-- Opening Marker --

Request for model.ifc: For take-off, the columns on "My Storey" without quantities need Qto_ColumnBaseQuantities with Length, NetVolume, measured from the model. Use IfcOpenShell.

First a look at what the model holds.

```python
import ifcopenshell
import ifcopenshell.util.element
import ifcopenshell.util.unit

model = ifcopenshell.open("model.ifc")
print(model.schema)
for unit_type in ("LENGTHUNIT", "AREAUNIT", "VOLUMEUNIT"):
    print(unit_type, ifcopenshell.util.unit.calculate_unit_scale(model, unit_type))
storey = next(s for s in model.by_type("IfcBuildingStorey") if s.Name == "My Storey")
columns = [e for e in ifcopenshell.util.element.get_decomposition(storey) if e.is_a("IfcColumn")]
for e in sorted(columns, key=lambda e: e.id()):
    print(e.id(), e.is_a(), e.Name, list(ifcopenshell.util.element.get_psets(e, qtos_only=True)), sep=" | ")
```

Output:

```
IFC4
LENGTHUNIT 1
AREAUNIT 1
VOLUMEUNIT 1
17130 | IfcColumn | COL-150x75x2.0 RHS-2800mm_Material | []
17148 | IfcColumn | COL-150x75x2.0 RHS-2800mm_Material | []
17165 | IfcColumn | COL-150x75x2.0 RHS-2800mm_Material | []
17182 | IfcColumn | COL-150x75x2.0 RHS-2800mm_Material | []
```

```python
import ifcopenshell
import ifcopenshell.api.pset
import ifcopenshell.geom
import ifcopenshell.util.element
import ifcopenshell.util.shape
import ifcopenshell.util.unit

model = ifcopenshell.open("model.ifc")
unit_scale = ifcopenshell.util.unit.calculate_unit_scale(model)
volume_scale = ifcopenshell.util.unit.calculate_unit_scale(model, "VOLUMEUNIT")
settings = ifcopenshell.geom.settings()

storey = next(s for s in model.by_type("IfcBuildingStorey") if s.Name == "My Storey")
columns = [e for e in ifcopenshell.util.element.get_decomposition(storey) if e.is_a("IfcColumn")]

for e in sorted(columns, key=lambda e: e.id()):
    if ifcopenshell.util.element.get_psets(e, qtos_only=True, should_inherit=False):
        continue
    # Geometry comes back in metres, in the element's own axes.
    shape = ifcopenshell.geom.create_shape(settings, e)
    values = {
        "Length": ifcopenshell.util.shape.get_z(shape.geometry) / unit_scale,
        "NetVolume": ifcopenshell.util.shape.get_volume(shape.geometry) / volume_scale,
    }
    qto = ifcopenshell.api.pset.add_qto(model, product=e, name="Qto_ColumnBaseQuantities")
    ifcopenshell.api.pset.edit_qto(model, qto=qto, properties=values)
    print(e.id(), {k: round(v, 3) for k, v in values.items()})

model.write("model-out.ifc")
```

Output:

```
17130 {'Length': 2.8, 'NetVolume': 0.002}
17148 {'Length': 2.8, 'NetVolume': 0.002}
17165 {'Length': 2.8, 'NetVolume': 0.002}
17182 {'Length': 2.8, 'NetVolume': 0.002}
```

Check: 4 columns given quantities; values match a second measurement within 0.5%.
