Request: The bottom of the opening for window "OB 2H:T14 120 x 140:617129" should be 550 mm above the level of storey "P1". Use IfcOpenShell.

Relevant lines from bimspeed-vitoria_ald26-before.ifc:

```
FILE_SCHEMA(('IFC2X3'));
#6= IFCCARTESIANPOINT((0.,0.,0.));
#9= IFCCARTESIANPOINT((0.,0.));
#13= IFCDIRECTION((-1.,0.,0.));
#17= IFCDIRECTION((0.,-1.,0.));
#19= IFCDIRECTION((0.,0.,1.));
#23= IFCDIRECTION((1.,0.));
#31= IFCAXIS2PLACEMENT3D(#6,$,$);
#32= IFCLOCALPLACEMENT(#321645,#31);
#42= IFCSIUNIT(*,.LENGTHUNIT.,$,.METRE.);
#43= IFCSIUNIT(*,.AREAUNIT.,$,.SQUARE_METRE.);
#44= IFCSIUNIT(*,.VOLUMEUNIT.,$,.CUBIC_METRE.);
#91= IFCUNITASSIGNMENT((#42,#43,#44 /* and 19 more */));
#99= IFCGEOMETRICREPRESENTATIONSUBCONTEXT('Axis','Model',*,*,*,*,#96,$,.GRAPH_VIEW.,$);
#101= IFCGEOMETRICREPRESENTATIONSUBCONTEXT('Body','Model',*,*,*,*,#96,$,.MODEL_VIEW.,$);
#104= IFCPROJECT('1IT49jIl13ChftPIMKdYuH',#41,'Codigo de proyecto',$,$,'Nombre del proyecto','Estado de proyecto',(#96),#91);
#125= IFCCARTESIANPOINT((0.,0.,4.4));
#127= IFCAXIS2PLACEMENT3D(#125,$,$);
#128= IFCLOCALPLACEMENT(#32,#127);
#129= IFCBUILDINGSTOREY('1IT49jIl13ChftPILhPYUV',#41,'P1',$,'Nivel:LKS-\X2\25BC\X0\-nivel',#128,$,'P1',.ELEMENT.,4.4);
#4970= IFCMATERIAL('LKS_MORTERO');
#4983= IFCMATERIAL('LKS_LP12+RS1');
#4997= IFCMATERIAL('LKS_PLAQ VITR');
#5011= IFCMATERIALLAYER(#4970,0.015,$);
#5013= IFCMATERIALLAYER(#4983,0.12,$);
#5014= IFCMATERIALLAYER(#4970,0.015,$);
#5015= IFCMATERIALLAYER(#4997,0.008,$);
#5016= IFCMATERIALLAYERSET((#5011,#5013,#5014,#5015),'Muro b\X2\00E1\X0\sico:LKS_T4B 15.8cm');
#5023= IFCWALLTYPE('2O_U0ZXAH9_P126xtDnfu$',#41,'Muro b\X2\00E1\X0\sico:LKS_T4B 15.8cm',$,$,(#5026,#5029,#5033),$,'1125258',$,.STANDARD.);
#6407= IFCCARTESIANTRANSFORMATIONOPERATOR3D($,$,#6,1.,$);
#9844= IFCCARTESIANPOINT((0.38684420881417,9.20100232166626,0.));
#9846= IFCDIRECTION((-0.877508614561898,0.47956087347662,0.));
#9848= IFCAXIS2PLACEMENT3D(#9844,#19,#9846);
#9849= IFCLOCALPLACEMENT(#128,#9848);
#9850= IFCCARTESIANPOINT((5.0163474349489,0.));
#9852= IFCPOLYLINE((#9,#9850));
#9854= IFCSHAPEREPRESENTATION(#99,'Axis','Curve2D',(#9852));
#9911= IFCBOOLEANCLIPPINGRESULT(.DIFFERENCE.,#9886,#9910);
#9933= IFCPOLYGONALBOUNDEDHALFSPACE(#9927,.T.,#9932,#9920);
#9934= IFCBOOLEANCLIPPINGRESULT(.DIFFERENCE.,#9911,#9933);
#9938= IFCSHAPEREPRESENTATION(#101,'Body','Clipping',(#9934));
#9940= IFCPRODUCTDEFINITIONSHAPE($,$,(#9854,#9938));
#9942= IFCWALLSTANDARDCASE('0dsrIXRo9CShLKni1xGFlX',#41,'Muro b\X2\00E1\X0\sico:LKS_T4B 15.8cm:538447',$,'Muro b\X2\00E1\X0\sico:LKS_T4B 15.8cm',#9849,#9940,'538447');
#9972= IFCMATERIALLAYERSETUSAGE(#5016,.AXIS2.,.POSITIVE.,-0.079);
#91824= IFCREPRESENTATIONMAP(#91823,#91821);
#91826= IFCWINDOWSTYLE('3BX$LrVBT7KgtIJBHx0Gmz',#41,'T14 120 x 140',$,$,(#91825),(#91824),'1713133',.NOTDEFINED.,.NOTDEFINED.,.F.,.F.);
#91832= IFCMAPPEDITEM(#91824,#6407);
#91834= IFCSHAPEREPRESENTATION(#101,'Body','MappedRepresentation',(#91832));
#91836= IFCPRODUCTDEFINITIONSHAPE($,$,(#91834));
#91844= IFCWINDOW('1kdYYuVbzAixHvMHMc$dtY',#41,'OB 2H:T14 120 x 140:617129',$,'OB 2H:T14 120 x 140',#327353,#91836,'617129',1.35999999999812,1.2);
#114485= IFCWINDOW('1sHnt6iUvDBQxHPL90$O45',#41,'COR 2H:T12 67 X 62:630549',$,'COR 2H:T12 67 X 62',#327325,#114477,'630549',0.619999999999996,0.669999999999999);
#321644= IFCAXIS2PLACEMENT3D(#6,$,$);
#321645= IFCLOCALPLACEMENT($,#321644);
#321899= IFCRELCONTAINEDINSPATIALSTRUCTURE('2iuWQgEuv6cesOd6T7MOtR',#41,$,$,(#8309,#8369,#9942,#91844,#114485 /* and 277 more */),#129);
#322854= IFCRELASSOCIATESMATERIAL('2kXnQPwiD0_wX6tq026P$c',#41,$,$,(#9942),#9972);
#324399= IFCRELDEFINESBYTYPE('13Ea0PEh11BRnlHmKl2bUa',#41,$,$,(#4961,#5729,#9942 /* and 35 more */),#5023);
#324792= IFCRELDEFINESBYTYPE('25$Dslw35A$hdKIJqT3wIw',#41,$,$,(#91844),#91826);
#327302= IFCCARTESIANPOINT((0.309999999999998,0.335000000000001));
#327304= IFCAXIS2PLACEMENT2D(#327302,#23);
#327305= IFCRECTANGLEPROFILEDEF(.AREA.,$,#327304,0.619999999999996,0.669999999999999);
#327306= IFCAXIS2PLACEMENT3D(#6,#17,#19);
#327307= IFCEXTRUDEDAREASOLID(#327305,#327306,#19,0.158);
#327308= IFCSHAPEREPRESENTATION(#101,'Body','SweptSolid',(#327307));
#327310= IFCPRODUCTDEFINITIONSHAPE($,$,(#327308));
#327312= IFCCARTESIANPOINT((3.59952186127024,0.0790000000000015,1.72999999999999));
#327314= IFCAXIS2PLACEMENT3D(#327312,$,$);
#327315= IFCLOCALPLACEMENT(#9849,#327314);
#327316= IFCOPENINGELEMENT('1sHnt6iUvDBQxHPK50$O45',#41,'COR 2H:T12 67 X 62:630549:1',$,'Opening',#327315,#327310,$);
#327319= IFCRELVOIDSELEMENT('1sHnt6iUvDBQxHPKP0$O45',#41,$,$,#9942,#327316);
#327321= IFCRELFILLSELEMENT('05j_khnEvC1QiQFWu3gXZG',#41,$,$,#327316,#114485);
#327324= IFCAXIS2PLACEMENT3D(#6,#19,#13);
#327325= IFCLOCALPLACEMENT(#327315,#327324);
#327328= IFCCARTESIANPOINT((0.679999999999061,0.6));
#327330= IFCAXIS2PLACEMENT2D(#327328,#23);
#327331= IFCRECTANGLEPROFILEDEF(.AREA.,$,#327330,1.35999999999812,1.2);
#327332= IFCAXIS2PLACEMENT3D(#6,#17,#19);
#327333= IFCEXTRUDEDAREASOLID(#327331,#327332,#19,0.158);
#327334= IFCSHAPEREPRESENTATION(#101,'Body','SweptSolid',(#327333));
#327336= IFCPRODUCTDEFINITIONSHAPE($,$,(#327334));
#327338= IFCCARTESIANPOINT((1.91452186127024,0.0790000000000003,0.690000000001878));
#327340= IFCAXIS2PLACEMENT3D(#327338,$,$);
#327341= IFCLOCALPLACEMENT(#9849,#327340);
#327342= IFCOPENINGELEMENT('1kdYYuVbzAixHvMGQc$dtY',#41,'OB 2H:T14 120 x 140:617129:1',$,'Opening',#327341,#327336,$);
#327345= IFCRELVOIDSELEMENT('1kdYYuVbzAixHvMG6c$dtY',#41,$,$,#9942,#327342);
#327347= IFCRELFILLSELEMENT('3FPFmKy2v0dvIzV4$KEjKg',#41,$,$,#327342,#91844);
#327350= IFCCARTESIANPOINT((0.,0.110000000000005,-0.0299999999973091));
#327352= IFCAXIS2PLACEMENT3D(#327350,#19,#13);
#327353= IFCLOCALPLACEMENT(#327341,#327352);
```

```python
import numpy as np
import ifcopenshell
import ifcopenshell.api.geometry
import ifcopenshell.geom
import ifcopenshell.util.element
import ifcopenshell.util.placement
import ifcopenshell.util.shape
import ifcopenshell.util.unit

model = ifcopenshell.open("bimspeed-vitoria_ald26-before.ifc")
unit_scale = ifcopenshell.util.unit.calculate_unit_scale(model)

window = model.by_guid("1kdYYuVbzAixHvMHMc$dtY")
opening = window.FillsVoids[0].RelatingOpeningElement
storey = ifcopenshell.util.element.get_container(window, ifc_class="IfcBuildingStorey")
level = ifcopenshell.util.placement.get_local_placement(storey.ObjectPlacement)[2, 3]

# The opening's origin need not be at the sill, so measure its lowest point.
shape = ifcopenshell.geom.create_shape(ifcopenshell.geom.settings(), opening)
bottom = ifcopenshell.util.shape.get_shape_bottom_elevation(shape, shape.geometry) / unit_scale
dz = level + 0.55 - bottom

shift = np.array([0.0, 0.0, dz])
# The window is placed relative to its opening, so it follows when the opening moves.
matrix = ifcopenshell.util.placement.get_local_placement(opening.ObjectPlacement)
matrix[:3, 3] += shift
ifcopenshell.api.geometry.edit_object_placement(
    model, product=opening, matrix=matrix, is_si=False, should_transform_children=True
)

print(f"moved by {dz * unit_scale:+.3f} m")

model.write("bimspeed-vitoria_ald26-before_v2.ifc")
```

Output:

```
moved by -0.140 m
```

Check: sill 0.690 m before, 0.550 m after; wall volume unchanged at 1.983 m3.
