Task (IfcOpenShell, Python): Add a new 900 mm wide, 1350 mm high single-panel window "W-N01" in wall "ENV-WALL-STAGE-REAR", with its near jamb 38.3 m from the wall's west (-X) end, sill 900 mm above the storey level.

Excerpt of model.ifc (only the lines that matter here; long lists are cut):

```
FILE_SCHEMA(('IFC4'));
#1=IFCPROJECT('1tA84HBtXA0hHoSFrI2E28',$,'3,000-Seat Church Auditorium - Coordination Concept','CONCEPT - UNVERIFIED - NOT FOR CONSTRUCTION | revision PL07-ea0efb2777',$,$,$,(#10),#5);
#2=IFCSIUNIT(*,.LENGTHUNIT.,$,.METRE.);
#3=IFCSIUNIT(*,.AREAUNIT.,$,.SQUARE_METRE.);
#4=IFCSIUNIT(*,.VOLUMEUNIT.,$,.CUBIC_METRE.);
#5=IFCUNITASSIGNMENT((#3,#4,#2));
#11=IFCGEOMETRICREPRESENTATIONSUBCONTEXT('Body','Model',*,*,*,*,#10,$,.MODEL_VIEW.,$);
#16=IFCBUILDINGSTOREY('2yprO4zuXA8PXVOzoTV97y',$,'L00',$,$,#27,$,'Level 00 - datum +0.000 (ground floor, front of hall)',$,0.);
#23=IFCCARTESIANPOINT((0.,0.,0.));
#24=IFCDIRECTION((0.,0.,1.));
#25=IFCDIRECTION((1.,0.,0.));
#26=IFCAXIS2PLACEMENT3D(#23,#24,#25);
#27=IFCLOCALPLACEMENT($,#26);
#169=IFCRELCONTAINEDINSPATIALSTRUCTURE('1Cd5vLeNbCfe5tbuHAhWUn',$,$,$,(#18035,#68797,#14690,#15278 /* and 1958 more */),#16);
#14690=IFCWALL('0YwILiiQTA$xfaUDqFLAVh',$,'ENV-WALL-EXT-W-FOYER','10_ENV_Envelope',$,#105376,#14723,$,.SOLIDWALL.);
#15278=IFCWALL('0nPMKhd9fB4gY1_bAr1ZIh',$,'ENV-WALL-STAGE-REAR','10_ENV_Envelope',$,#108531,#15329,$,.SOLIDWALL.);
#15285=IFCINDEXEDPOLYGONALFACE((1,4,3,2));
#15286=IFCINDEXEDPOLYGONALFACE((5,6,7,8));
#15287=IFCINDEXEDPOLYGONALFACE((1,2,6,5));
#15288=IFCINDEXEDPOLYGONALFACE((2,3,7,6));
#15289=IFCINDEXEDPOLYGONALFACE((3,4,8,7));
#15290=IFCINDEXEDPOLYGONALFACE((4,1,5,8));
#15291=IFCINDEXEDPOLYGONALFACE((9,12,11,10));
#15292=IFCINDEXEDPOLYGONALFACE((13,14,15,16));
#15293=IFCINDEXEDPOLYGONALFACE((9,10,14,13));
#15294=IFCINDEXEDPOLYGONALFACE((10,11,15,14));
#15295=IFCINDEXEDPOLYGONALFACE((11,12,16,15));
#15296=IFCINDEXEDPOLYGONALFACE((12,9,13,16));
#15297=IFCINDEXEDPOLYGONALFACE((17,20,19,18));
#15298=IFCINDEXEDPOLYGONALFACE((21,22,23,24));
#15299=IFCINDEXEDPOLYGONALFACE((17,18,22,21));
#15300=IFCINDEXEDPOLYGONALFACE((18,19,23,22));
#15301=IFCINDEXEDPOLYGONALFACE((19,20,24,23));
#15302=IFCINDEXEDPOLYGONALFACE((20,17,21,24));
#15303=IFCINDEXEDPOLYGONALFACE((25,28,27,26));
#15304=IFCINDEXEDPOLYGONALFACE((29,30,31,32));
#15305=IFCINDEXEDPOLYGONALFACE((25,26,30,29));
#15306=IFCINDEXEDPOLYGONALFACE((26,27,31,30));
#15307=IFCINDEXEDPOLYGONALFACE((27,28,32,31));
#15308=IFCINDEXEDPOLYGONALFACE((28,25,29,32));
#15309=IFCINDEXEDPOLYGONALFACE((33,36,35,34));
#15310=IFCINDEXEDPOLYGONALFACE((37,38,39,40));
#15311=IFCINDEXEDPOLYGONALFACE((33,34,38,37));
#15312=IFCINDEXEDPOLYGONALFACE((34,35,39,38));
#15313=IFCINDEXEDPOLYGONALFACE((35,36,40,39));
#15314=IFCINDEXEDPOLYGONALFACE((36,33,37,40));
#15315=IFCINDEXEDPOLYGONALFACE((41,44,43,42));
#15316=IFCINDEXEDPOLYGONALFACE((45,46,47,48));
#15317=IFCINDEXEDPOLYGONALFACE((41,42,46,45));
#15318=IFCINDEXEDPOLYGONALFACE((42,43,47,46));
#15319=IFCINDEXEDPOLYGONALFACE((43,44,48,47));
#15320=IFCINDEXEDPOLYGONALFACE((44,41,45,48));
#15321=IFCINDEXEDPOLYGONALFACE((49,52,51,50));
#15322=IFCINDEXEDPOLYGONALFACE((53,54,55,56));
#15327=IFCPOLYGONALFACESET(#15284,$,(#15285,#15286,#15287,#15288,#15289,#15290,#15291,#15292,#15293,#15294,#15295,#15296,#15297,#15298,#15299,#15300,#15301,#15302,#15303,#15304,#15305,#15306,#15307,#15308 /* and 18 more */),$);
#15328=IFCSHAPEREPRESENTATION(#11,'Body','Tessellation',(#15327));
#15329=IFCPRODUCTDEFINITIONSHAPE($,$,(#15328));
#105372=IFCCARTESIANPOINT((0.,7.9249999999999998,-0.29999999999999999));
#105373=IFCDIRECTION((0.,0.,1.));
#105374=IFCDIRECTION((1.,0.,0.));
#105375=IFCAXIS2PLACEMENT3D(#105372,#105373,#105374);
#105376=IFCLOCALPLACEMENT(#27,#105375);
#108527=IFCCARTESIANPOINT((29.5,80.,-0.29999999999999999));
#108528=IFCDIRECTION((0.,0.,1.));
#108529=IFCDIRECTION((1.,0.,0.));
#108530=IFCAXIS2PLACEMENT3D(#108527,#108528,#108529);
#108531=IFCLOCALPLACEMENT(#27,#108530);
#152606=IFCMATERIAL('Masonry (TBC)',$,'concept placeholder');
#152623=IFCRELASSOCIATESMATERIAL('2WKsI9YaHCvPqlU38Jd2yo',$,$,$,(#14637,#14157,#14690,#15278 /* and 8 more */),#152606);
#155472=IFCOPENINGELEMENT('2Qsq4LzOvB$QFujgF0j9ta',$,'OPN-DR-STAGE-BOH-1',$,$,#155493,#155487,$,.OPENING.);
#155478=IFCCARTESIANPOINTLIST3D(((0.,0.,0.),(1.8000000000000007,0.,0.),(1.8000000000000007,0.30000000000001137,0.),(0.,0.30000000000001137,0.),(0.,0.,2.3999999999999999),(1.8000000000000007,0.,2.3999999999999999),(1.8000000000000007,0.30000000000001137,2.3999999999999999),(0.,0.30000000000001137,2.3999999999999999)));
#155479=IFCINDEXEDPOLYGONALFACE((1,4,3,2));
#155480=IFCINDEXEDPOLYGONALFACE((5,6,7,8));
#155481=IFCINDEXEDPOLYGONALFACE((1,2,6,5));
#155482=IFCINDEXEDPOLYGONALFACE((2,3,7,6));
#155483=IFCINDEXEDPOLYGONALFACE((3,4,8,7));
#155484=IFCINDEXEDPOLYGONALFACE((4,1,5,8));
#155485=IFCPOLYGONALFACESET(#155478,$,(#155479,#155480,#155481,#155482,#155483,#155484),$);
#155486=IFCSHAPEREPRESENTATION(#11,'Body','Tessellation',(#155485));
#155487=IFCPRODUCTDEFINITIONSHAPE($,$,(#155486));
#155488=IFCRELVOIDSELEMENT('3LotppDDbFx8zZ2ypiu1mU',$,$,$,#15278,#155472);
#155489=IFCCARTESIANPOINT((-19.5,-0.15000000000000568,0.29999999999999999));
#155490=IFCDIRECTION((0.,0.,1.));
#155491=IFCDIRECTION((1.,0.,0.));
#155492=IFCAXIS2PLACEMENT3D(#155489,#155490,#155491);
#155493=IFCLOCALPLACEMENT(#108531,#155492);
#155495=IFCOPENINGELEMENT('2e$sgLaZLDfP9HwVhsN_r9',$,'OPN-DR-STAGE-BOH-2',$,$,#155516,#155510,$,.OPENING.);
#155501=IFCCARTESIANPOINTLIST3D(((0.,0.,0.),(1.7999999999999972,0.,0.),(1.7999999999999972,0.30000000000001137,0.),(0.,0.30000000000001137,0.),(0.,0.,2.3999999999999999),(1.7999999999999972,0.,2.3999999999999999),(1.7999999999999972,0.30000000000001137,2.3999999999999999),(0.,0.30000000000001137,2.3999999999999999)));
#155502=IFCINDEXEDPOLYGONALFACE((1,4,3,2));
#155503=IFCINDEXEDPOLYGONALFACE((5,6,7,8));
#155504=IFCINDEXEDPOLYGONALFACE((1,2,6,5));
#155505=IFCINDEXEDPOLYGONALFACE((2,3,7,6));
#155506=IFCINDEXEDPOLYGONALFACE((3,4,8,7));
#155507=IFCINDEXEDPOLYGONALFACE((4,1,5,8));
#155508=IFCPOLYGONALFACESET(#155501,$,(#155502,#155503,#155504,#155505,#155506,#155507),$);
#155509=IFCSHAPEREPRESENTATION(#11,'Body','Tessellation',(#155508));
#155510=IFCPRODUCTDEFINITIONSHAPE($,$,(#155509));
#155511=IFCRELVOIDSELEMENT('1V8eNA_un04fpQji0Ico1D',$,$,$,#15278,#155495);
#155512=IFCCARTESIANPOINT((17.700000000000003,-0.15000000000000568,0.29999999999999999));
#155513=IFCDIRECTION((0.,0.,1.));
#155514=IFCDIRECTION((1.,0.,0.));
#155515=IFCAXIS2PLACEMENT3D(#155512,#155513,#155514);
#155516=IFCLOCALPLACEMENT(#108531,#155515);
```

```python
import numpy as np
import ifcopenshell
import ifcopenshell.api.feature
import ifcopenshell.api.geometry
import ifcopenshell.api.root
import ifcopenshell.api.spatial
import ifcopenshell.geom
import ifcopenshell.util.element
import ifcopenshell.util.placement
import ifcopenshell.util.representation
import ifcopenshell.util.shape
import ifcopenshell.util.unit

model = ifcopenshell.open("model.ifc")
unit_scale = ifcopenshell.util.unit.calculate_unit_scale(model)
settings = ifcopenshell.geom.settings()


def volume(element):
    """Net volume in cubic metres, openings subtracted."""
    shape = ifcopenshell.geom.create_shape(settings, element)
    return ifcopenshell.util.shape.get_volume(shape.geometry)


wall = model.by_guid("0nPMKhd9fB4gY1_bAr1ZIh")
storey = ifcopenshell.util.element.get_container(wall, ifc_class="IfcBuildingStorey")
context = ifcopenshell.util.representation.get_context(model, "Model", "Body", "MODEL_VIEW")
before = volume(wall)

width, height, from_end, sill = 0.9, 1.35, 38.3, 0.9  # metres

# The wall runs along its own X axis, and the end named is its -X end.
wall_shape = ifcopenshell.geom.create_shape(settings, wall)
x, y, z = ifcopenshell.util.shape.get_vertices(wall_shape.geometry).T
start = x.min() + from_end
face, thickness = float(y.min()), float(y.max() - y.min())
wall_matrix = ifcopenshell.util.placement.get_local_placement(wall.ObjectPlacement)
level = ifcopenshell.util.placement.get_local_placement(storey.ObjectPlacement)[2, 3]


def in_wall(x, y):
    """Placement at x, y metres in the wall's axes, at sill height."""
    matrix = wall_matrix.copy()
    matrix[:, 3] = wall_matrix @ np.array([x / unit_scale, y / unit_scale, 0.0, 1.0])
    matrix[2, 3] = level + sill / unit_scale
    return matrix


# Opening: a box that overshoots both wall faces by 50 mm.
opening = ifcopenshell.api.root.create_entity(model, ifc_class="IfcOpeningElement", predefined_type="OPENING")
box = ifcopenshell.api.geometry.add_wall_representation(
    model, context=context, length=width, height=height, thickness=thickness + 0.1
)
ifcopenshell.api.geometry.assign_representation(model, product=opening, representation=box)
ifcopenshell.api.geometry.edit_object_placement(model, product=opening, matrix=in_wall(start, face - 0.05), is_si=False)
ifcopenshell.api.feature.add_feature(model, feature=opening, element=wall)

window = ifcopenshell.api.root.create_entity(model, ifc_class="IfcWindow", name="W-N01", predefined_type="WINDOW")
window.OverallWidth, window.OverallHeight = width / unit_scale, height / unit_scale
window.PartitioningType = "SINGLE_PANEL"
body = ifcopenshell.api.geometry.add_window_representation(
    model,
    context=context,
    overall_width=window.OverallWidth,
    overall_height=window.OverallHeight,
    partition_type="SINGLE_PANEL",
)
ifcopenshell.api.geometry.assign_representation(model, product=window, representation=body)
ifcopenshell.api.spatial.assign_container(model, products=[window], relating_structure=storey)
ifcopenshell.api.feature.add_filling(model, opening=opening, element=window)

# Centre the window in the wall's thickness.
ifcopenshell.api.geometry.edit_object_placement(model, product=window, matrix=in_wall(start, face), is_si=False)
window_shape = ifcopenshell.geom.create_shape(settings, window)
depth = ifcopenshell.util.shape.get_vertices(window_shape.geometry)[:, 1]
offset = face + thickness / 2 - (depth.min() + depth.max()) / 2
ifcopenshell.api.geometry.edit_object_placement(model, product=window, matrix=in_wall(start, offset), is_si=False)

after = volume(wall)

print(f"wall volume {before:.3f} -> {after:.3f} m3")

model.write("model_edited.ifc")
```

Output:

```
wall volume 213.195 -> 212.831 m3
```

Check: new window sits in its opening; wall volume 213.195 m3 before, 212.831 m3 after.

-- Closing Marker --

Where a line in the records above contains the word "IFCBOOLEANCLIPPINGRESULT", copy that line.

Solution to the problem:
#9911= IFCBOOLEANCLIPPINGRESULT(.DIFFERENCE.,#9886,#9910);
#9934= IFCBOOLEANCLIPPINGRESULT(.DIFFERENCE.,#9911,#9933);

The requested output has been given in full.